-------- MATERIAL TO PROCESS --------

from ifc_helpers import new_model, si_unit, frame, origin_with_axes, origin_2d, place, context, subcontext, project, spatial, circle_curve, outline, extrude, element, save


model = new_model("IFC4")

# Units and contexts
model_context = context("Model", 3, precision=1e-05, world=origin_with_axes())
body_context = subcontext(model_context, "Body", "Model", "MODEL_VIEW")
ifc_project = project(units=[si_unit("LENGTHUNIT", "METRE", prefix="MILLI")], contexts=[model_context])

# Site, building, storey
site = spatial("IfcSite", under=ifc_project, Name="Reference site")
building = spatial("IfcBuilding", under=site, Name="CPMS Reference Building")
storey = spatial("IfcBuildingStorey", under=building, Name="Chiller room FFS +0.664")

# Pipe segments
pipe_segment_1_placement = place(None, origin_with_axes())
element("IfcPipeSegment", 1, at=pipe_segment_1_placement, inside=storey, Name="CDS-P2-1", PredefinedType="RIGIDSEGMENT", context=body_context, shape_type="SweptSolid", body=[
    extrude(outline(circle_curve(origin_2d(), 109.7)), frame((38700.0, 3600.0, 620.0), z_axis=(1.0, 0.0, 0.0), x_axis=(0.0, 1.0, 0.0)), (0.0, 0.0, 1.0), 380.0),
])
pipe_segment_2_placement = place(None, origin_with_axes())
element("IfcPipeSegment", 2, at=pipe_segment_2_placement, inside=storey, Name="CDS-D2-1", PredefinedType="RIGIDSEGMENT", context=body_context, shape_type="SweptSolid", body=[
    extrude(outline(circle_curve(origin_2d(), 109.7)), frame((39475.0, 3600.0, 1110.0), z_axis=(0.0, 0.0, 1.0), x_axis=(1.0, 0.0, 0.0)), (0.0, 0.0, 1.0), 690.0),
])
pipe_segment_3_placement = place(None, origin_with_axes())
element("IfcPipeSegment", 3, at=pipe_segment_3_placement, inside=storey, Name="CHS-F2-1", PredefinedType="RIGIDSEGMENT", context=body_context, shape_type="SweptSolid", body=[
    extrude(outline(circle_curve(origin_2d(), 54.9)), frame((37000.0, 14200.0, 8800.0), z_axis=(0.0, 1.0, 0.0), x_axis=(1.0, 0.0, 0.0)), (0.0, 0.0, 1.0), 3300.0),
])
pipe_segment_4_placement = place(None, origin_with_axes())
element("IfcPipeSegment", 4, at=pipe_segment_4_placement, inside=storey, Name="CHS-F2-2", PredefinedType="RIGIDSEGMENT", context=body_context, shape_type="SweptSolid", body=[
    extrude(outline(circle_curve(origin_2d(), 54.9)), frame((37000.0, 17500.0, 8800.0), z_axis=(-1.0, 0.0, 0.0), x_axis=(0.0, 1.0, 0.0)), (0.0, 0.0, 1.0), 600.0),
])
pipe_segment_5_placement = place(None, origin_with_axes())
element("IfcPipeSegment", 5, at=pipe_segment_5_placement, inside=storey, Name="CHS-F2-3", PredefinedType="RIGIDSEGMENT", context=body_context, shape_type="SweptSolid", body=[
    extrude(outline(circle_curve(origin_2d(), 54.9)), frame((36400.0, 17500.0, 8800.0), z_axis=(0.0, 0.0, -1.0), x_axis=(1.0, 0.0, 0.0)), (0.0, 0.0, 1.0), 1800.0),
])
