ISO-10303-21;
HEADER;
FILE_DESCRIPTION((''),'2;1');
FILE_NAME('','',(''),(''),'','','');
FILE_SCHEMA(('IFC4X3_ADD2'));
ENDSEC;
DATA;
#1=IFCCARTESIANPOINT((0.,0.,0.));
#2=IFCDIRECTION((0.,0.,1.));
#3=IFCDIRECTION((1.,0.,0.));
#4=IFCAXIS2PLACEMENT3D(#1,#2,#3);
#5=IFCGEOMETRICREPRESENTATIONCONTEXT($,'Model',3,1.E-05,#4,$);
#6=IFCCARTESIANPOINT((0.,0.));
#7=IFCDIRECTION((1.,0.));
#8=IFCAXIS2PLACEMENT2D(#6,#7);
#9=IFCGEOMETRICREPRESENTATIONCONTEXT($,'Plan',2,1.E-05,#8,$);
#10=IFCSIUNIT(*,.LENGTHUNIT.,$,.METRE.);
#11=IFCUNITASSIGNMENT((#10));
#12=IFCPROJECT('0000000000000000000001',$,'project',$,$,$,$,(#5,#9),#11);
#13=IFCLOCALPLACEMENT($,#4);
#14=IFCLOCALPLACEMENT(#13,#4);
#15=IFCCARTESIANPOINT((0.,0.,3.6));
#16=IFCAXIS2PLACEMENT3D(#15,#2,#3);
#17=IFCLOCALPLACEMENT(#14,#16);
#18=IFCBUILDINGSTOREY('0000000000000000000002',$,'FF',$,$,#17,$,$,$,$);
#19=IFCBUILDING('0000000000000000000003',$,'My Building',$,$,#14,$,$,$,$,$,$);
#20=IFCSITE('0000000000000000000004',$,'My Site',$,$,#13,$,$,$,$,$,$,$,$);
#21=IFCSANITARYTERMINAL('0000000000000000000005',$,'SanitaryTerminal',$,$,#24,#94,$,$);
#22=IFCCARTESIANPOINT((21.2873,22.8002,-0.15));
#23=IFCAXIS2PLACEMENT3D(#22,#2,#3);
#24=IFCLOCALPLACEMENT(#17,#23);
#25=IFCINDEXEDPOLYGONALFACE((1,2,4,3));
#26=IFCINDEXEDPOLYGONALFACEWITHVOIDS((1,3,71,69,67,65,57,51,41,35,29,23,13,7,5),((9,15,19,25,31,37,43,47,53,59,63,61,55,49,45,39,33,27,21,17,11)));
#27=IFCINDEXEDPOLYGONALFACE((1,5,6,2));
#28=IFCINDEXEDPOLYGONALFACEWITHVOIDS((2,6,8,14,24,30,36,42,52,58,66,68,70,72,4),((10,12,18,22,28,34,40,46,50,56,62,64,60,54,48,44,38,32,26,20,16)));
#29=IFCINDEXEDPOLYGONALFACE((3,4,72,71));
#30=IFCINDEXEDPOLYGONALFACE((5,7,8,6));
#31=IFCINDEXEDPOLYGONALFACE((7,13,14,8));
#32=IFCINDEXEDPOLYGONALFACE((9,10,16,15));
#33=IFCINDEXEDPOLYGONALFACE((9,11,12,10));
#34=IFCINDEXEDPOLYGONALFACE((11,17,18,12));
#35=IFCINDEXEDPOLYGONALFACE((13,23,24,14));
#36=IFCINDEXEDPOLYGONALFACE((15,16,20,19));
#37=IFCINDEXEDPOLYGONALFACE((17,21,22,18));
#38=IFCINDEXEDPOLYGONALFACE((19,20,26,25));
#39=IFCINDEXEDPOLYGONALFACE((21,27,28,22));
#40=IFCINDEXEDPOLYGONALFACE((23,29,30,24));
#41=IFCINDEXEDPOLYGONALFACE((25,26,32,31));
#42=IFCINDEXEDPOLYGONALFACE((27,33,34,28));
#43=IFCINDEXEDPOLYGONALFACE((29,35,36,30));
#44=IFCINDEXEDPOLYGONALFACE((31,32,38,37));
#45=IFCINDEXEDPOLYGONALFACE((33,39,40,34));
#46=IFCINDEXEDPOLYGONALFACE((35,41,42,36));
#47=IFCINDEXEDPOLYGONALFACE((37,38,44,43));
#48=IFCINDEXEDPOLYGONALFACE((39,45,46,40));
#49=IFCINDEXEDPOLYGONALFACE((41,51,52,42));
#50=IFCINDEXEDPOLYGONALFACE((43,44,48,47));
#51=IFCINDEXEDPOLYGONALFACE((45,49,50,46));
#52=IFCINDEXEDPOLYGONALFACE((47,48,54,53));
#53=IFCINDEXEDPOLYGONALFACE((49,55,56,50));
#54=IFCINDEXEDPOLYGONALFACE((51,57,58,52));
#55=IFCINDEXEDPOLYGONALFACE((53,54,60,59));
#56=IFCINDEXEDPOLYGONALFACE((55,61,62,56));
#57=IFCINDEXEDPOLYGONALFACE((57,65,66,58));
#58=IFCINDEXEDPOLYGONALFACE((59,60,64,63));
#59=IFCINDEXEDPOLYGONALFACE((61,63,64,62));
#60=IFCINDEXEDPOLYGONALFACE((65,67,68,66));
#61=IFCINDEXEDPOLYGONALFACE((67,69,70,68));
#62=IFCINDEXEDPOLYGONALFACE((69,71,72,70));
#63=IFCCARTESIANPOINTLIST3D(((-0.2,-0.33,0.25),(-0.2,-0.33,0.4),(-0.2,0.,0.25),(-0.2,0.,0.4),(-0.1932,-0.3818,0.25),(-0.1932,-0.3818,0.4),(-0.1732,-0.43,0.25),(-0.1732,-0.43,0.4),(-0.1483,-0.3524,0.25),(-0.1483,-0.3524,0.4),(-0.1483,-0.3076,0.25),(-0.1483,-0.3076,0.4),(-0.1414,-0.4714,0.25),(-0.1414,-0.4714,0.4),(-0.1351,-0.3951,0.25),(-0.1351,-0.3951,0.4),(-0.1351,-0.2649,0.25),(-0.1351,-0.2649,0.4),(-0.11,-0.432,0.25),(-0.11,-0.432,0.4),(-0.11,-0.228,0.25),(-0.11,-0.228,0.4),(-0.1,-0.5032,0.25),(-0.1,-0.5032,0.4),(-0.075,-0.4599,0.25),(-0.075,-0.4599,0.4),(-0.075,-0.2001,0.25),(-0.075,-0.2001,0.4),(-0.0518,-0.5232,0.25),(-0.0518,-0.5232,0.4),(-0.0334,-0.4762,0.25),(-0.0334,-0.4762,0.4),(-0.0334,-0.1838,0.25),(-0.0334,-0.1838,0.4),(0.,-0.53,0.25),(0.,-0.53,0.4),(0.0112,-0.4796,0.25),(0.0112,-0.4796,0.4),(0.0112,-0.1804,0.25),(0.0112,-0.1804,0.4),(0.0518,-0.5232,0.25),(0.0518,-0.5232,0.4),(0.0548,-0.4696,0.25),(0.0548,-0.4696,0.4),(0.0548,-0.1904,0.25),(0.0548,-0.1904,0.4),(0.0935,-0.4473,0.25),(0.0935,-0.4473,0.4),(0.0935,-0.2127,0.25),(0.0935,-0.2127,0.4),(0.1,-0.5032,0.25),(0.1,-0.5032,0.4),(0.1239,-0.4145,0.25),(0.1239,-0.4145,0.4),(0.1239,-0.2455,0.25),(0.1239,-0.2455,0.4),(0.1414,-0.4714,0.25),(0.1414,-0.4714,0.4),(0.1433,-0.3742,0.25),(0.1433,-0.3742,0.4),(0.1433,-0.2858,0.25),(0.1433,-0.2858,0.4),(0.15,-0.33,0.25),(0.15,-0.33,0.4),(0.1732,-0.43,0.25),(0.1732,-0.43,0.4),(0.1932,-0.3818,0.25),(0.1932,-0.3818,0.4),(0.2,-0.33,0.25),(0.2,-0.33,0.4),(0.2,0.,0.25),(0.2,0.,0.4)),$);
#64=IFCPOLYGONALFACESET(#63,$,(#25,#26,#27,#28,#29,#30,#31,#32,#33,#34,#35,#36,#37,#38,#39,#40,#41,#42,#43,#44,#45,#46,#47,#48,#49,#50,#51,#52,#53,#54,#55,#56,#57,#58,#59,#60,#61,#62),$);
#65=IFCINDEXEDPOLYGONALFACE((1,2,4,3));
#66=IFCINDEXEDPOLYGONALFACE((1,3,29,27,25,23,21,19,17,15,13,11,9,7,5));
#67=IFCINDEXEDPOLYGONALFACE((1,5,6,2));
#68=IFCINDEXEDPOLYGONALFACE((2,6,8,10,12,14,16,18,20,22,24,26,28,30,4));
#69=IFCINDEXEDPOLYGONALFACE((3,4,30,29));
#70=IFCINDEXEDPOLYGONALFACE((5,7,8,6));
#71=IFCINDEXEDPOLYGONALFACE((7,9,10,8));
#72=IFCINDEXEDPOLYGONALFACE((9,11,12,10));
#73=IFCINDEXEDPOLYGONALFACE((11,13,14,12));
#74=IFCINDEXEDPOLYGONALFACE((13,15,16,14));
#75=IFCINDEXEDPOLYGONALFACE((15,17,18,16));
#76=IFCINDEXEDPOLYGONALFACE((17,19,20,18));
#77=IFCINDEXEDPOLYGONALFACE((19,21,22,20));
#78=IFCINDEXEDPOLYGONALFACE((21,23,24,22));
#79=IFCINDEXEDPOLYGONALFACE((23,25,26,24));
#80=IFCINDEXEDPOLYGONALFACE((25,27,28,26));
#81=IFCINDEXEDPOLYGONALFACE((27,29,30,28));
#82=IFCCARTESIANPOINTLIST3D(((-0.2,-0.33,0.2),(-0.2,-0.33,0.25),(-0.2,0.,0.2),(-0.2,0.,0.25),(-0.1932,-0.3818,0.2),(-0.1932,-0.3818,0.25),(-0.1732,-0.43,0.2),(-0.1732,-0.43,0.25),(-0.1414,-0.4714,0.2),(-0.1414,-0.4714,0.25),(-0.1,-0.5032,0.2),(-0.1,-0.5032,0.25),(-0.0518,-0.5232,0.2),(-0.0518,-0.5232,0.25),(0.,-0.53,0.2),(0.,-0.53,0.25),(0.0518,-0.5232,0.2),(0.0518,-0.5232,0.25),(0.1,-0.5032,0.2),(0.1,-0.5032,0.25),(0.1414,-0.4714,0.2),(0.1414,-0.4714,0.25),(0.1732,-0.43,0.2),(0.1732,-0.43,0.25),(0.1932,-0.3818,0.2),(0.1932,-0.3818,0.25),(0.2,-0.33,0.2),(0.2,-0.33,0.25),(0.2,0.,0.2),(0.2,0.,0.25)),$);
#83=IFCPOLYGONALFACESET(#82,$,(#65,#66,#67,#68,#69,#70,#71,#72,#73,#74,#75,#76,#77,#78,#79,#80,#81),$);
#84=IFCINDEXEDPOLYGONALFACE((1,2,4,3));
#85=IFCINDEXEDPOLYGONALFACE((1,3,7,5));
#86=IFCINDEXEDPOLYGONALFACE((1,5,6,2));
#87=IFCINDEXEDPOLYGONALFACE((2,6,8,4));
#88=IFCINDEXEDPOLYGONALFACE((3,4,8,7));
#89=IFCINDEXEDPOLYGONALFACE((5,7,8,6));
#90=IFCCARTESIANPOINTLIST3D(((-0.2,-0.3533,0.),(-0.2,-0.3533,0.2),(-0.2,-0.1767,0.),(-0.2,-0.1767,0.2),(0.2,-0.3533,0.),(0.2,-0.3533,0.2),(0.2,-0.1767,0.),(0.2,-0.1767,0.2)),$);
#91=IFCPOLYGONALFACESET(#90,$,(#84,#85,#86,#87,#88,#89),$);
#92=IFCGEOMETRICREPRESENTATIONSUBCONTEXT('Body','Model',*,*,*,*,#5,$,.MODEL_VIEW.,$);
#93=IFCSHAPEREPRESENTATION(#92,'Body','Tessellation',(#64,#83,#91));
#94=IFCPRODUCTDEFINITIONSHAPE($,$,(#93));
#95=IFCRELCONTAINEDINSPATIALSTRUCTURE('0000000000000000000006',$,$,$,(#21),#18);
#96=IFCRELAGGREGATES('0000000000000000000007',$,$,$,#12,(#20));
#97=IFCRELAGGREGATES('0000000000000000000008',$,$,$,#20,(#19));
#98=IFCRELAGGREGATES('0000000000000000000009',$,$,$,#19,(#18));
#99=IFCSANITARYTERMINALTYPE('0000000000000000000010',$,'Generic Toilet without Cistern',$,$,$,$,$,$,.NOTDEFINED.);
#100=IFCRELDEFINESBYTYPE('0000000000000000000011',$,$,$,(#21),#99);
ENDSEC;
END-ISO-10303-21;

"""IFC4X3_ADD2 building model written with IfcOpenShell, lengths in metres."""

from ifc_helpers import new_model, entity, si_unit, frame, frame_2d, origin_with_axes, origin_2d_with_axis, place, context, subcontext, project, spatial, line, arc, indexed_curve, circle_curve, outline, extrude, shape, source, transform, mapped, type_object, type_shapes, element, save


model = new_model("IFC4X3_ADD2")

# Units and contexts
model_context = context("Model", 3, precision=1e-05, world=origin_with_axes())
plan_context = context("Plan", 2, precision=1e-05, world=origin_2d_with_axis())
body_context_1 = subcontext(model_context, "Body", "Model", "MODEL_VIEW")
body_context_2 = subcontext(plan_context, "Body", "Plan", "PLAN_VIEW")
ifc_project = project(units=[si_unit("LENGTHUNIT", "METRE")], contexts=[model_context, plan_context])

# Site, building, storey
site_placement = place(None, origin_with_axes())
site = spatial("IfcSite", under=ifc_project, at=site_placement, Name="My Site")
building_placement = place(site_placement, origin_with_axes())
building = spatial("IfcBuilding", under=site, at=building_placement, Name="My Building")
storey_placement = place(building_placement, frame((0.0, 0.0, 3.6), z_axis=(0.0, 0.0, 1.0), x_axis=(1.0, 0.0, 0.0)))
storey = spatial("IfcBuildingStorey", under=building, at=storey_placement, Name="FF")

# Sanitary terminal
sanitary_terminal_type_1 = type_object("IfcSanitaryTerminalType", Name="Generic Toilet without Cistern", PredefinedType="NOTDEFINED")
shared_shape_1 = source(origin_with_axes(), body_context_1, "Body", "SweptSolid", [
    extrude(outline(indexed_curve([(-0.2, 0.0), (0.2, 0.0), (0.2, -0.33), (0.1414, -0.4714), (0.0, -0.53), (-0.1414, -0.4714), (-0.2, -0.33)], segments=[line(1, 2), line(2, 3), arc(3, 4, 5), arc(5, 6, 7), line(7, 1)]), holes=[circle_curve(frame_2d((0.0, -0.33)), 0.15)]), frame((0.0, 0.0, 0.25), z_axis=(0.0, 0.0, 1.0), x_axis=(1.0, 0.0, 0.0)), (0.0, 0.0, 1.0), 0.15),
    extrude(outline(indexed_curve([(-0.2, 0.0), (0.2, 0.0), (0.2, -0.33), (0.1414, -0.4714), (0.0, -0.53), (-0.1414, -0.4714), (-0.2, -0.33)], segments=[line(1, 2), line(2, 3), arc(3, 4, 5), arc(5, 6, 7), line(7, 1)])), frame((0.0, 0.0, 0.2), z_axis=(0.0, 0.0, 1.0), x_axis=(1.0, 0.0, 0.0)), (0.0, 0.0, 1.0), 0.05),
    extrude(outline(indexed_curve([(-0.2, -0.1767), (0.2, -0.1767), (0.2, -0.3533), (-0.2, -0.3533)], segments=[line(1, 2, 3, 4, 1)])), origin_with_axes(), (0.0, 0.0, 1.0), 0.2),
])
shared_shape_2 = source(origin_with_axes(), body_context_2, "Body", "GeometricSet", [
    entity("IfcGeometricCurveSet", [entity("IfcIndexedPolyCurve", entity("IfcCartesianPointList2D", [[-0.1068, -0.124], [-0.0957, -0.1129], [-0.0804, -0.1088], [0.0804, -0.1088], [0.0957, -0.1129], [0.1068, -0.124], [0.1109, -0.1393], [0.1109, -0.3476], [0.1025, -0.3926], [0.0784, -0.4308], [0.0424, -0.4563], [0.0, -0.4652], [-0.0424, -0.4563], [-0.0784, -0.4308], [-0.1025, -0.3926], [-0.1109, -0.3476], [-0.1109, -0.1393]]), [entity("IfcLineIndex", [1, 2, 3, 4, 5, 6, 7, 8, 9, 10, 11, 12, 13, 14, 15, 16, 17, 1])]), entity("IfcIndexedPolyCurve", entity("IfcCartesianPointList2D", [[-0.1962, -0.2314], [-0.1848, -0.301], [-0.1764, -0.3339], [-0.1663, -0.3651], [-0.1546, -0.3944], [-0.1414, -0.4213], [-0.1269, -0.4458], [-0.1111, -0.4675], [-0.0943, -0.4862], [-0.0765, -0.5018], [-0.0581, -0.514], [-0.039, -0.5229], [-0.0196, -0.5282], [0.0, -0.53], [0.0196, -0.5282], [0.039, -0.5229], [0.0581, -0.514], [0.0765, -0.5018], [0.0943, -0.4862], [0.1111, -0.4675], [0.1269, -0.4458], [0.1414, -0.4213], [0.1546, -0.3944], [0.1663, -0.3651], [0.1764, -0.3339], [0.1848, -0.301], [0.1962, -0.2314], [0.2, -0.159], [0.1872, 0.0], [-0.1872, 0.0], [-0.2, -0.159]]), [entity("IfcLineIndex", [1, 2, 3, 4, 5, 6, 7, 8, 9, 10, 11, 12, 13, 14, 15, 16, 17, 18, 19, 20, 21, 22, 23, 24, 25, 26, 27, 28, 29, 30, 31, 1])])]),
])
type_shapes(sanitary_terminal_type_1, [shared_shape_1, shared_shape_2])
sanitary_terminal_1_placement = place(storey_placement, frame((21.2873, 22.8002, -0.15), z_axis=(0.0, 0.0, 1.0), x_axis=(1.0, 0.0, 0.0)))
element("IfcSanitaryTerminal", 1, at=sanitary_terminal_1_placement, inside=storey, type_object=sanitary_terminal_type_1, Name="SanitaryTerminal", shapes=[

--------

**TRY IT**
Return the lines of the listing where the string "IFCGEOMETRICREPRESENTATIONCONTEXT" appears.

**ANSWER TO THE PROBLEM**
#5=IFCGEOMETRICREPRESENTATIONCONTEXT($,'Model',3,1.E-05,#4,$);
#9=IFCGEOMETRICREPRESENTATIONCONTEXT($,'Plan',2,1.E-05,#8,$);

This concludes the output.